Sorry, commenting glitch and then I had to run to class. What I was going to say was that the first and third conditions will always be satisfied, so everything comes down to the determinant being less than one. Which is just another way of describing the condition you gave originally. So yes, exactly what I was after.
JW, are you sure the 1st and 3rd don’t contribute? What I have above is that the 1st and 3rd are redundant, but they put the lower bound on the determinant, and the 2nd provides the upper bound:
-1 < d < 1
… and what this all says is it doesn’t really matter whether we solve first for x1 using row 1, assume that x1 is now fixed and solve for x2 using row 2, etc. Or if we solve for x2 using row 2, then assume x2 is fixed and solve for x1 using row 1, etc. Or if we solve for x1 using row 1 assuming x2 is fixed and simultaneously solve for x2 using row 2 assuming x1 is fixed (your case), etc. All three are almost exactly the same, have the same test for convergence, and converge at the same rate.
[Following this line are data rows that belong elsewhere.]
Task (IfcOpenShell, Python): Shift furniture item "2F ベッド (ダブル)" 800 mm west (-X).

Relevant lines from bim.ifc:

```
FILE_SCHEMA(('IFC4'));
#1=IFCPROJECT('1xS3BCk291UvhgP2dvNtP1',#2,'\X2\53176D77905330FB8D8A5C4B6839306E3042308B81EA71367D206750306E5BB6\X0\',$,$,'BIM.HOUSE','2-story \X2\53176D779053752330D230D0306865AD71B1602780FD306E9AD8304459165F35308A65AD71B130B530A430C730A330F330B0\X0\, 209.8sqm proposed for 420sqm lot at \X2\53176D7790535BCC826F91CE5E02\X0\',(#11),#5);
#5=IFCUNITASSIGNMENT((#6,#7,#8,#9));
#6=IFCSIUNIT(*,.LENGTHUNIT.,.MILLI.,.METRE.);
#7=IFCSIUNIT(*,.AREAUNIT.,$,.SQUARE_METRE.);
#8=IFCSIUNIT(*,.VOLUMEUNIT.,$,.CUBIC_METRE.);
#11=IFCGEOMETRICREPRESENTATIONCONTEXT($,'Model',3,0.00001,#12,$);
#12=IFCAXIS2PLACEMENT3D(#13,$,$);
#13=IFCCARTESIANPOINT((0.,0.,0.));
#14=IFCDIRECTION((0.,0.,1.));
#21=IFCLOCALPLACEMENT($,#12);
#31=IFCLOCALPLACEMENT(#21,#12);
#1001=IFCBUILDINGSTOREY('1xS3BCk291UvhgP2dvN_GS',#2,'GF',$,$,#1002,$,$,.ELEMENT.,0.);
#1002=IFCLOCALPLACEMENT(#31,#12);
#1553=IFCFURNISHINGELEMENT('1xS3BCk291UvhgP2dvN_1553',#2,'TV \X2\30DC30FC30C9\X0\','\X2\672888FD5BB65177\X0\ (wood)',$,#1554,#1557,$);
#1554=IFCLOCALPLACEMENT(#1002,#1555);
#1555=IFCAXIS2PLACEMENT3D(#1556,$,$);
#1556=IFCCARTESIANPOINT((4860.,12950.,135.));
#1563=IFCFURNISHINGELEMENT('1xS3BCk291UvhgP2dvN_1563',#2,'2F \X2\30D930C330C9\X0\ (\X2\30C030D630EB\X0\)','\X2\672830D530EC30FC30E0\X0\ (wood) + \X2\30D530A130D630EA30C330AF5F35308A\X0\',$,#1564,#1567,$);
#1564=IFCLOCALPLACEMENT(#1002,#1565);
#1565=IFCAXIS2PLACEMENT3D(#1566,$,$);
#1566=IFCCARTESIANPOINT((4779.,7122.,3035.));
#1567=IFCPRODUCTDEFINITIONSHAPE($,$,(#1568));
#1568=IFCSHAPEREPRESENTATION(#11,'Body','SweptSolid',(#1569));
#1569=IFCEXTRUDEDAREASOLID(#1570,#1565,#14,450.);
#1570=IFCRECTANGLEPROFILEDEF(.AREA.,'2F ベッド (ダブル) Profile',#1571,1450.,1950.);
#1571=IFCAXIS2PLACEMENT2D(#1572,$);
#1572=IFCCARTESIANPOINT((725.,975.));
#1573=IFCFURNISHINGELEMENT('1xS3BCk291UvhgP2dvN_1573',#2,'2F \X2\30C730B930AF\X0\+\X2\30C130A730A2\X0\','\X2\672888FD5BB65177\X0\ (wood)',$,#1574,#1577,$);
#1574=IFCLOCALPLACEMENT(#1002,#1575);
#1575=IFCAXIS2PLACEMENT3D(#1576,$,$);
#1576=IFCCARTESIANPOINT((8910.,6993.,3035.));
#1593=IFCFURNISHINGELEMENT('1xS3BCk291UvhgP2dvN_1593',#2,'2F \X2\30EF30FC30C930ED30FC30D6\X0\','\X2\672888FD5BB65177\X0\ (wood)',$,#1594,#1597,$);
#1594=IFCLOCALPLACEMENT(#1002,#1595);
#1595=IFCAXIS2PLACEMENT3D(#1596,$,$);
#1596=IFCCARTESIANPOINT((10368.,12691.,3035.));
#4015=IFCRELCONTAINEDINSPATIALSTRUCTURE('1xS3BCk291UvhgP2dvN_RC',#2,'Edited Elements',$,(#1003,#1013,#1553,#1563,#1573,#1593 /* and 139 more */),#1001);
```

```python
import ifcopenshell
import ifcopenshell.api.geometry
import ifcopenshell.util.placement
import ifcopenshell.util.unit

model = ifcopenshell.open("bim.ifc")
unit_scale = ifcopenshell.util.unit.calculate_unit_scale(model)

item = model.by_guid("1xS3BCk291UvhgP2dvN_1563")
matrix = ifcopenshell.util.placement.get_local_placement(item.ObjectPlacement)
matrix[0, 3] -= 0.8 / unit_scale
ifcopenshell.api.geometry.edit_object_placement(model, product=item, matrix=matrix, is_si=False)

print(ifcopenshell.util.placement.get_local_placement(item.ObjectPlacement).round(3) + 0.0)

model.write("bim_updated.ifc")
```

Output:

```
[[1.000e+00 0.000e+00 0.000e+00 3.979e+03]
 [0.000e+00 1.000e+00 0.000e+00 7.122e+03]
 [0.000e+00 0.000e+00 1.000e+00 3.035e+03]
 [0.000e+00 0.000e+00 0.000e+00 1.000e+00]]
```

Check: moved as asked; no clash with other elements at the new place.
What matters is the assignment, like you started off stating: i.e. solving x1 using row 1 or row 2, etc. And then the test and convergence rate in one case just become reciprocals in the other assignment case.
The don’t contribute if you set up the problem the way I think you should. Writing b for the budget balance, i for the interest rate, Y for output and D for the change or level of debt, then if dY/db < 0, dD/db < 0, dY/di < 0, and dD/di > 0 (all of which we have good reason to believe), then the determinant is always positive. So we don’t need the lower bound condition.
Ah, OK. Well great… thanks for a fun conversation.